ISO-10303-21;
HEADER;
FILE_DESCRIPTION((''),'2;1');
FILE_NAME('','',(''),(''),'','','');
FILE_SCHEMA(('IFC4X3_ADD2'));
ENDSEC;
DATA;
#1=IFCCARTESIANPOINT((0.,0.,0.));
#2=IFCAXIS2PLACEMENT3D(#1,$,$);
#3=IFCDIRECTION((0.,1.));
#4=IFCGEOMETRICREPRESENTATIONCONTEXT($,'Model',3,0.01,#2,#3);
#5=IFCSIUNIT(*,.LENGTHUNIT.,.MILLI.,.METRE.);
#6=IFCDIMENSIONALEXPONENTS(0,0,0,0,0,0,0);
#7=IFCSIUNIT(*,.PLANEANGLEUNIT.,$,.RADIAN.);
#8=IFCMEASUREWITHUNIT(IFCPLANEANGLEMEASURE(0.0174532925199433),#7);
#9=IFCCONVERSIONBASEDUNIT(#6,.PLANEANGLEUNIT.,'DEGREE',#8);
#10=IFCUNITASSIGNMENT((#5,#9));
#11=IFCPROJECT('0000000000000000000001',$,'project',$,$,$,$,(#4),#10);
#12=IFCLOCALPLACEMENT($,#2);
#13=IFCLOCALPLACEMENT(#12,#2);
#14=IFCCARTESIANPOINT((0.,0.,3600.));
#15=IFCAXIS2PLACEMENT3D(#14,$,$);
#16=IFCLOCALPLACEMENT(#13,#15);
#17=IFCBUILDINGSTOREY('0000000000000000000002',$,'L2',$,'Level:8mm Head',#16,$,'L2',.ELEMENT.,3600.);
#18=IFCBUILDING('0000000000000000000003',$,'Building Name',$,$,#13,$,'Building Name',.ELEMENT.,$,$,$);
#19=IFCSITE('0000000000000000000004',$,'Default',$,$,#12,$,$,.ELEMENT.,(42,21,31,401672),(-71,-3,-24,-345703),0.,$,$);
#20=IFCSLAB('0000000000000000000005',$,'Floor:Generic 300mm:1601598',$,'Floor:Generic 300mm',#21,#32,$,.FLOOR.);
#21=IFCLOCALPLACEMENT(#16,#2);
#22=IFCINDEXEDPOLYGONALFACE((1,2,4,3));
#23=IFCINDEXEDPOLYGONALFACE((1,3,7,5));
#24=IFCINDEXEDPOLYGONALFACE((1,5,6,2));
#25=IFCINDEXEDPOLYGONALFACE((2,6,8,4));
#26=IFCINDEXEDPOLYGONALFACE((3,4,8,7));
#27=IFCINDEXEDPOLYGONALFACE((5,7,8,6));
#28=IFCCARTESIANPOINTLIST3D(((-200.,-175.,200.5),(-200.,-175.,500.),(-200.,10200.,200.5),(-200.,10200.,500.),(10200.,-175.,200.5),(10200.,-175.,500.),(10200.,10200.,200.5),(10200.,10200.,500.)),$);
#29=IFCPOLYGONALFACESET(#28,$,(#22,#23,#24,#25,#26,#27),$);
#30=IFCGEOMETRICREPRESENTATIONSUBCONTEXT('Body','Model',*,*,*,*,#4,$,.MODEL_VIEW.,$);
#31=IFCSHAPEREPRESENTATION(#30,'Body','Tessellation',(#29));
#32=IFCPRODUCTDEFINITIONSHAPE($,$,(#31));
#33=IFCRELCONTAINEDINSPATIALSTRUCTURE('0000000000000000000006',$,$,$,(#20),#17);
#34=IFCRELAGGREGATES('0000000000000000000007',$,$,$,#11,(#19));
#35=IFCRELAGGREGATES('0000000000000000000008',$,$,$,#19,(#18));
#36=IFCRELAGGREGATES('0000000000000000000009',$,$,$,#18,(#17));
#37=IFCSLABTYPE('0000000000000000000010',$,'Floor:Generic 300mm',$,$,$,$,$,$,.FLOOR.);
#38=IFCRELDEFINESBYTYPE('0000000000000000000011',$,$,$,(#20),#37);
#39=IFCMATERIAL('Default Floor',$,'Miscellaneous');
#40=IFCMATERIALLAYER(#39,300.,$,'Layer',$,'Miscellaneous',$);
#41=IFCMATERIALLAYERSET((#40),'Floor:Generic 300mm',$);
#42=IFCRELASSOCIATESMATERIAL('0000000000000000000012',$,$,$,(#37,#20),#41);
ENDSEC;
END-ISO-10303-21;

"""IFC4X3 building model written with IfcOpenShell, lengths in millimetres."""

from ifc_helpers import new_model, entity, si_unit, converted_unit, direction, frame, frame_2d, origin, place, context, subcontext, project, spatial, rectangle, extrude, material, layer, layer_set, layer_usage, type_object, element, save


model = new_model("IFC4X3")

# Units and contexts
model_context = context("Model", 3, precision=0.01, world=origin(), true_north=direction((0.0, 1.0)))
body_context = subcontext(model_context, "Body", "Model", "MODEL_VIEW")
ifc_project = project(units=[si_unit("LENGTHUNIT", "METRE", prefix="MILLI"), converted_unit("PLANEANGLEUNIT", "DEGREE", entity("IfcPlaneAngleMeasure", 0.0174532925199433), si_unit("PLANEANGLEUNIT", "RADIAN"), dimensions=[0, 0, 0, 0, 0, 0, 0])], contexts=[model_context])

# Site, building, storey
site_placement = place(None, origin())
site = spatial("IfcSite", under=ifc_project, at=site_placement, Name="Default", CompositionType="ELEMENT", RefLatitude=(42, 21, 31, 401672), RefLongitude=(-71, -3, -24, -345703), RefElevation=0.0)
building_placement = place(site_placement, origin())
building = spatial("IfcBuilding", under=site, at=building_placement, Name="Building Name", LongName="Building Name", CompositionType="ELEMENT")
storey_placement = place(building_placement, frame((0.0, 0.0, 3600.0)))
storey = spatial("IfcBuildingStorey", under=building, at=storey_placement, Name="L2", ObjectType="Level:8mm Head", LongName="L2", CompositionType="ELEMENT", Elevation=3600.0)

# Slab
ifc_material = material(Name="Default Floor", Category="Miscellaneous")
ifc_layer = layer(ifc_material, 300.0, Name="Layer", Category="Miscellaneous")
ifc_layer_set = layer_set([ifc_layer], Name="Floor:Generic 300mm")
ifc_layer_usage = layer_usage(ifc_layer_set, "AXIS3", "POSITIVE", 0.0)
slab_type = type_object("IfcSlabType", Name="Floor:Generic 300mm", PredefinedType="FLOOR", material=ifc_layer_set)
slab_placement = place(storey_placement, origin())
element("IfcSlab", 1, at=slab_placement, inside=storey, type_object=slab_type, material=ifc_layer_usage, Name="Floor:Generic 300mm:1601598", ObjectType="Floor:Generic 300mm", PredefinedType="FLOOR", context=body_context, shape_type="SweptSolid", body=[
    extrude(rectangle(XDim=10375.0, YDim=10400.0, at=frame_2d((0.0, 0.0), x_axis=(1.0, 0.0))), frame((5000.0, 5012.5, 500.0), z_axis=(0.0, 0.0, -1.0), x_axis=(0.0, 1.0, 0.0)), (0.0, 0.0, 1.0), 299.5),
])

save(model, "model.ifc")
...
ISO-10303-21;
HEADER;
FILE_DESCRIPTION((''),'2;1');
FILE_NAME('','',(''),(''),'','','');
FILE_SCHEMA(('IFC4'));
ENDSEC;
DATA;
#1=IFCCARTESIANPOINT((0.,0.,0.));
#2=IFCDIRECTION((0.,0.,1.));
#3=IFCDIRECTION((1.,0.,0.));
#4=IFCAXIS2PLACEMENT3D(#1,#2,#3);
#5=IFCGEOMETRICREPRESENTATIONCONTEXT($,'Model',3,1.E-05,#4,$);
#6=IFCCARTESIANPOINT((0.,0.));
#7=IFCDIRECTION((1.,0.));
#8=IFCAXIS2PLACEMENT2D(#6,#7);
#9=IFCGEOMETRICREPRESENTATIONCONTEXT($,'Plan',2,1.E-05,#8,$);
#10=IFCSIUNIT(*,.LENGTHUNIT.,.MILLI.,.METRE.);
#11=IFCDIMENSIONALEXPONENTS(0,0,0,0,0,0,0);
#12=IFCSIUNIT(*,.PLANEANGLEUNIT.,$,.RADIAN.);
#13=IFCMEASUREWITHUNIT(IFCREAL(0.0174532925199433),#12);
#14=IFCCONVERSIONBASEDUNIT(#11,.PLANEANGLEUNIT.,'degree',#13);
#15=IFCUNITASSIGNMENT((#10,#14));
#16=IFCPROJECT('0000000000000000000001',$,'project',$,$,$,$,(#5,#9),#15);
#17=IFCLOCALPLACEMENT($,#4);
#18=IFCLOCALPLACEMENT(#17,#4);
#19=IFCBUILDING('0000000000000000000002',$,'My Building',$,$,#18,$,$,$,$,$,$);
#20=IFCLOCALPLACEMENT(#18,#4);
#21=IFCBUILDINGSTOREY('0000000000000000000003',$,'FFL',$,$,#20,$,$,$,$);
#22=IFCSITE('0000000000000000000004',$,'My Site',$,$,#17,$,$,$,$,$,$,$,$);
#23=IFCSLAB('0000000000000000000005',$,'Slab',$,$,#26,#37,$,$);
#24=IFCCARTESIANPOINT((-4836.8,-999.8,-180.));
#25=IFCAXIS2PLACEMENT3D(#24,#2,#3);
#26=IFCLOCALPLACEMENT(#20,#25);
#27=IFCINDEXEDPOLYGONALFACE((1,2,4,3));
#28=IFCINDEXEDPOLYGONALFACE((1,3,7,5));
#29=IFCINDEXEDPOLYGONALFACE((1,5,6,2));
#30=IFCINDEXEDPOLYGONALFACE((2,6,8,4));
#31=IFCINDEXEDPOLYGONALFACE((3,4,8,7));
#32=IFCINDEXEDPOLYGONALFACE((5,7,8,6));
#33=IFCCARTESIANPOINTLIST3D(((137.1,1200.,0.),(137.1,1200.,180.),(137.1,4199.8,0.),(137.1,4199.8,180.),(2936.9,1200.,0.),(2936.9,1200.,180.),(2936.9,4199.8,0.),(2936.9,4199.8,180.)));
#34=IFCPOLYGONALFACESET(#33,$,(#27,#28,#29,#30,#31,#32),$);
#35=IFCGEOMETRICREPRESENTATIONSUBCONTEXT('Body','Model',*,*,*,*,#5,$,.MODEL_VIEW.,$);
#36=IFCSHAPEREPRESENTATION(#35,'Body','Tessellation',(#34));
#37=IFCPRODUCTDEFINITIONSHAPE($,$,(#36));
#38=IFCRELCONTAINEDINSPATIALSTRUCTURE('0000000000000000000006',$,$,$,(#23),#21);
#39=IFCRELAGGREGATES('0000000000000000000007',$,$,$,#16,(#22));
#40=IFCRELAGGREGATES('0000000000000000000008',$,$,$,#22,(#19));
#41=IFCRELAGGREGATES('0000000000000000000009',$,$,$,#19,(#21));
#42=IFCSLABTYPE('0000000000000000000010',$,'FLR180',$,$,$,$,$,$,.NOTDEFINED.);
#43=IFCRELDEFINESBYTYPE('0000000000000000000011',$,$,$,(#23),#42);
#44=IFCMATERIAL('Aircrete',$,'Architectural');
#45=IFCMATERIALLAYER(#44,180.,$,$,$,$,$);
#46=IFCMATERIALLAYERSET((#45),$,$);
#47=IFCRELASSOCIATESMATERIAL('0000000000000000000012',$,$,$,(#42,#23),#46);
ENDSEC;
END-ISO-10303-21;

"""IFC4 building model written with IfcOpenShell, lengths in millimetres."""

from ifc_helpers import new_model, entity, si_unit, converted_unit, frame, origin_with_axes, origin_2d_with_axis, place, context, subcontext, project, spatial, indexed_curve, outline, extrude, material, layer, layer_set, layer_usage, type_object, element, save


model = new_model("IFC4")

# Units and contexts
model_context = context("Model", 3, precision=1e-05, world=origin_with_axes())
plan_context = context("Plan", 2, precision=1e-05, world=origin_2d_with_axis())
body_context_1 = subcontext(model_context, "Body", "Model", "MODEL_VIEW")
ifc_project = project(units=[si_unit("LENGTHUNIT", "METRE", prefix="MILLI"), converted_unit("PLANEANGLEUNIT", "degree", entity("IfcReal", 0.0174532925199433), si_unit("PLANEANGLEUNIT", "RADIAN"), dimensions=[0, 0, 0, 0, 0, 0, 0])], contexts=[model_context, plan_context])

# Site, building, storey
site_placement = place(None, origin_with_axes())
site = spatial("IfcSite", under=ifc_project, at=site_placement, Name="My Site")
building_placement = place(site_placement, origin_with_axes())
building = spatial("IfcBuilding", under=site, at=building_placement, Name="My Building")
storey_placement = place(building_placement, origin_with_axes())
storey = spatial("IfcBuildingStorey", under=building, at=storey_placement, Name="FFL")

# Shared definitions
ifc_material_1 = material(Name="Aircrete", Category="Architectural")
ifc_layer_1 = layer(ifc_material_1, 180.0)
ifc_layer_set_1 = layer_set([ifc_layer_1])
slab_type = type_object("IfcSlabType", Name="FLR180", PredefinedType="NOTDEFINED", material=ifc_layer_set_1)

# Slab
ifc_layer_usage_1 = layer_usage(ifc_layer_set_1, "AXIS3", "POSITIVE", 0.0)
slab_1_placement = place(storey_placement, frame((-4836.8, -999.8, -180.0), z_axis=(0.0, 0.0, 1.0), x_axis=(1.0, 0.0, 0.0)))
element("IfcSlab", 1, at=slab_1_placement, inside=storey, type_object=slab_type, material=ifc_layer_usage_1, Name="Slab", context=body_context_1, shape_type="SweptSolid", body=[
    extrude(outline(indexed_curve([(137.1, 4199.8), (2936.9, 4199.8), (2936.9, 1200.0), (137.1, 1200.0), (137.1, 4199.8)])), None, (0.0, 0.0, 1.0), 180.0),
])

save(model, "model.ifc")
---
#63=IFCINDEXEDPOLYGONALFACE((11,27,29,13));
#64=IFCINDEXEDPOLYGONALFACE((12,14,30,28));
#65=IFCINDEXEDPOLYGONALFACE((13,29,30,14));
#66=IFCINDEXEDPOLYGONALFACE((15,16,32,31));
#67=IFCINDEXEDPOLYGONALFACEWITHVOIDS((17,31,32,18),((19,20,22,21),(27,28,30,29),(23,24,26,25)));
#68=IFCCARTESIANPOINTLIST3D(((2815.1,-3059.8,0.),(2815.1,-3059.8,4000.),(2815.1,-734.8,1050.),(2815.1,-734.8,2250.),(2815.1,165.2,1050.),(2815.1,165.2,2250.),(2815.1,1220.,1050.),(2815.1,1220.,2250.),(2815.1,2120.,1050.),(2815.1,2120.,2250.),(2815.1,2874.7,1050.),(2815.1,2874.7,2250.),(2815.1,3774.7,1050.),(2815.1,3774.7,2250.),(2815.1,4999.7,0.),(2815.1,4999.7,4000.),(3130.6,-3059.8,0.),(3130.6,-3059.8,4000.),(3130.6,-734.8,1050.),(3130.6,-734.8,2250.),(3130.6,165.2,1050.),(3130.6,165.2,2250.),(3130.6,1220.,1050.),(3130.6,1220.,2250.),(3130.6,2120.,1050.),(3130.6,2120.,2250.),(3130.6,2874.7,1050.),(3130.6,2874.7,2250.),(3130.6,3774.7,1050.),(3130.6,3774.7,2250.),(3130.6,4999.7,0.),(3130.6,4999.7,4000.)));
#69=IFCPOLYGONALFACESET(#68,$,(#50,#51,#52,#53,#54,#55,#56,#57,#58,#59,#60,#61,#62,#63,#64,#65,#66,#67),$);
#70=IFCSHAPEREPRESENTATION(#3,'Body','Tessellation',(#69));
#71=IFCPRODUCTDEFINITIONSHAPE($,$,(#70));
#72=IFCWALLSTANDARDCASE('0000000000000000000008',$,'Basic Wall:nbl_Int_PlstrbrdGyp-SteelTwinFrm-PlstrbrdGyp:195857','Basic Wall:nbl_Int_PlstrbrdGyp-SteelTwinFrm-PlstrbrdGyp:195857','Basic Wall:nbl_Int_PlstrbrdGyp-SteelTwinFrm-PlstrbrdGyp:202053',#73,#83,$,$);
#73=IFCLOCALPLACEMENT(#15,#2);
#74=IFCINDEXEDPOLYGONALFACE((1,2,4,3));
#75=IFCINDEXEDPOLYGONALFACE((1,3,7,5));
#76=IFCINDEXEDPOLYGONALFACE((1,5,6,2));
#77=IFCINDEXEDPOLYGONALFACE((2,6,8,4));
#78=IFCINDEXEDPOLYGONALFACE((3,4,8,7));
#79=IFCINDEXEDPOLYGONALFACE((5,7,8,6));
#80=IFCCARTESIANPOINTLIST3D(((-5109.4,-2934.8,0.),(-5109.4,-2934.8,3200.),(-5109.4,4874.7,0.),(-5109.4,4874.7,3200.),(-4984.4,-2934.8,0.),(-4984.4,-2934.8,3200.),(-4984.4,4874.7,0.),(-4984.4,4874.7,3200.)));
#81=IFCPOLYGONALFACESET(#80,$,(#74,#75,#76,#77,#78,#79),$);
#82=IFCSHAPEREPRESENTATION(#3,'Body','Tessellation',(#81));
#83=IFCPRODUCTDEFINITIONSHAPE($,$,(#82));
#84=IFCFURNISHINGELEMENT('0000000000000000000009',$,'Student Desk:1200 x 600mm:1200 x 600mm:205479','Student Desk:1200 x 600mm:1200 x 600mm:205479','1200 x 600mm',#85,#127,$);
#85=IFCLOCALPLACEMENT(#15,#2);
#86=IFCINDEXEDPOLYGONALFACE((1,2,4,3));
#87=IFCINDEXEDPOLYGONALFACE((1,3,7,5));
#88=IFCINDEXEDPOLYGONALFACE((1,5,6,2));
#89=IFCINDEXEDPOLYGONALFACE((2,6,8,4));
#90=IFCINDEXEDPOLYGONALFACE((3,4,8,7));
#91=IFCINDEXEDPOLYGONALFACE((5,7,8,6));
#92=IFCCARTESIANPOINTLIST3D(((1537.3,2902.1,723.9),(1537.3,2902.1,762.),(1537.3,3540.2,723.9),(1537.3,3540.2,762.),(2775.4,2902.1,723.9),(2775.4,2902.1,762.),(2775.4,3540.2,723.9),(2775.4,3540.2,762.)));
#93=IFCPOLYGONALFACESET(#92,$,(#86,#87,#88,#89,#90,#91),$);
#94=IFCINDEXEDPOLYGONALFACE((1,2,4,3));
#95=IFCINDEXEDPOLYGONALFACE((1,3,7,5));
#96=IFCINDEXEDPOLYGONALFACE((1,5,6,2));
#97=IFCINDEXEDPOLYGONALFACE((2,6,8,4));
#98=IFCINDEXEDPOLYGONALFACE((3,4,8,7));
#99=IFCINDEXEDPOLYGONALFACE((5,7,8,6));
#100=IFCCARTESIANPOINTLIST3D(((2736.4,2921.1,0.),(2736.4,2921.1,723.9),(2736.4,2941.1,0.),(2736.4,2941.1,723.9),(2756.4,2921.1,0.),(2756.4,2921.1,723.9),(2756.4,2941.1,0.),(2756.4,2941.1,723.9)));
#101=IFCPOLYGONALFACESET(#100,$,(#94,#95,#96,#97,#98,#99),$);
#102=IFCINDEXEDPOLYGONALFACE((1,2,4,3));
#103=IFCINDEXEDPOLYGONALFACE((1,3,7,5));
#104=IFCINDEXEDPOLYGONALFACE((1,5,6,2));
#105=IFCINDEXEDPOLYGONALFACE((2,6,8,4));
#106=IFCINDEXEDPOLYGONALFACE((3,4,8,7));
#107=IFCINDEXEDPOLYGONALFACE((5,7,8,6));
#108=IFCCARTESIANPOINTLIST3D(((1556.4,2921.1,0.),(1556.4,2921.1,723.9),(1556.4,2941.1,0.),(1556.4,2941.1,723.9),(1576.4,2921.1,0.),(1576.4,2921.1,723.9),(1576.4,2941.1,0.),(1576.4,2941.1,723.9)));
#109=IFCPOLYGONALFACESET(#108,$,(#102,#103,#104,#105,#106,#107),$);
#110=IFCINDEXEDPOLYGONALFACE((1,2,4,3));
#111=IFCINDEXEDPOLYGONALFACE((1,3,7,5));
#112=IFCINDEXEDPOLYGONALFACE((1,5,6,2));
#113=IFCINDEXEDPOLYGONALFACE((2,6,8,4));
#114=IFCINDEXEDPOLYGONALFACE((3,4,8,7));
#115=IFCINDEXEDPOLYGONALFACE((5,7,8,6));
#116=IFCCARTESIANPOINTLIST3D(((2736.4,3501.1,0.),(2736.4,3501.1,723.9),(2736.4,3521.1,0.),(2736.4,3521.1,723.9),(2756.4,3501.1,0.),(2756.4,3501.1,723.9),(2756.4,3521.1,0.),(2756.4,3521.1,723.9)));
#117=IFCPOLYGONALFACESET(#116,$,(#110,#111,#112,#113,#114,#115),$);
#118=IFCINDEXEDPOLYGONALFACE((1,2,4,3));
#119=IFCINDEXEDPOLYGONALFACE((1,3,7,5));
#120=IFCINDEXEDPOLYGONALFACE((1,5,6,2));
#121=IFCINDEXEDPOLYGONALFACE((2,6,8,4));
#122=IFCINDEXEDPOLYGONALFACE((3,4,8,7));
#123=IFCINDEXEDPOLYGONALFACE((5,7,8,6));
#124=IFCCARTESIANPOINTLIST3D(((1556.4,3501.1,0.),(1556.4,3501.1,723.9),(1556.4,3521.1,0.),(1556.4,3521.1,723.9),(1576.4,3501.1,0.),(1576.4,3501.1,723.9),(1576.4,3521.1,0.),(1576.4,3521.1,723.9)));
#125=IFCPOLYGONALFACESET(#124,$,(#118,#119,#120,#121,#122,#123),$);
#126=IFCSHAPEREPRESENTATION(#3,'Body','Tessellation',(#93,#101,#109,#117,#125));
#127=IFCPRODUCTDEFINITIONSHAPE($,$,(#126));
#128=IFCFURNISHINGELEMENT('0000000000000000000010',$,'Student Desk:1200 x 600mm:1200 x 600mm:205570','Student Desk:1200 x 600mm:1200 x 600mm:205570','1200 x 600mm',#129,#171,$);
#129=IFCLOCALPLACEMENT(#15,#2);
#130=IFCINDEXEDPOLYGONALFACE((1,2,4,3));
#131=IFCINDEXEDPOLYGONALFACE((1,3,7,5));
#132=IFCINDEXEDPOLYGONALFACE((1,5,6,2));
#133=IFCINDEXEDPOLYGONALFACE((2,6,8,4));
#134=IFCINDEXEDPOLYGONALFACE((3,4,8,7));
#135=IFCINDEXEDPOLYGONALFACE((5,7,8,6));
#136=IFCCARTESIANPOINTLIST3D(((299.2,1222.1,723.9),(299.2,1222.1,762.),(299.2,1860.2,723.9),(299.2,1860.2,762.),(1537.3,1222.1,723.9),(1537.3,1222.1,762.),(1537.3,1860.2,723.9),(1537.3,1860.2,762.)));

THE PROBLEM
One stretch of the lines above is wanted, from the line that contains "#133=IFCINDEXEDPOLYGONALFACE((2,6,8,4));" through the line that contains "#135=IFCINDEXEDPOLYGONALFACE((5,7,8,6));". Output it exactly.

RESULT OF THE EXERCISE
#133=IFCINDEXEDPOLYGONALFACE((2,6,8,4));
#134=IFCINDEXEDPOLYGONALFACE((3,4,8,7));
#135=IFCINDEXEDPOLYGONALFACE((5,7,8,6));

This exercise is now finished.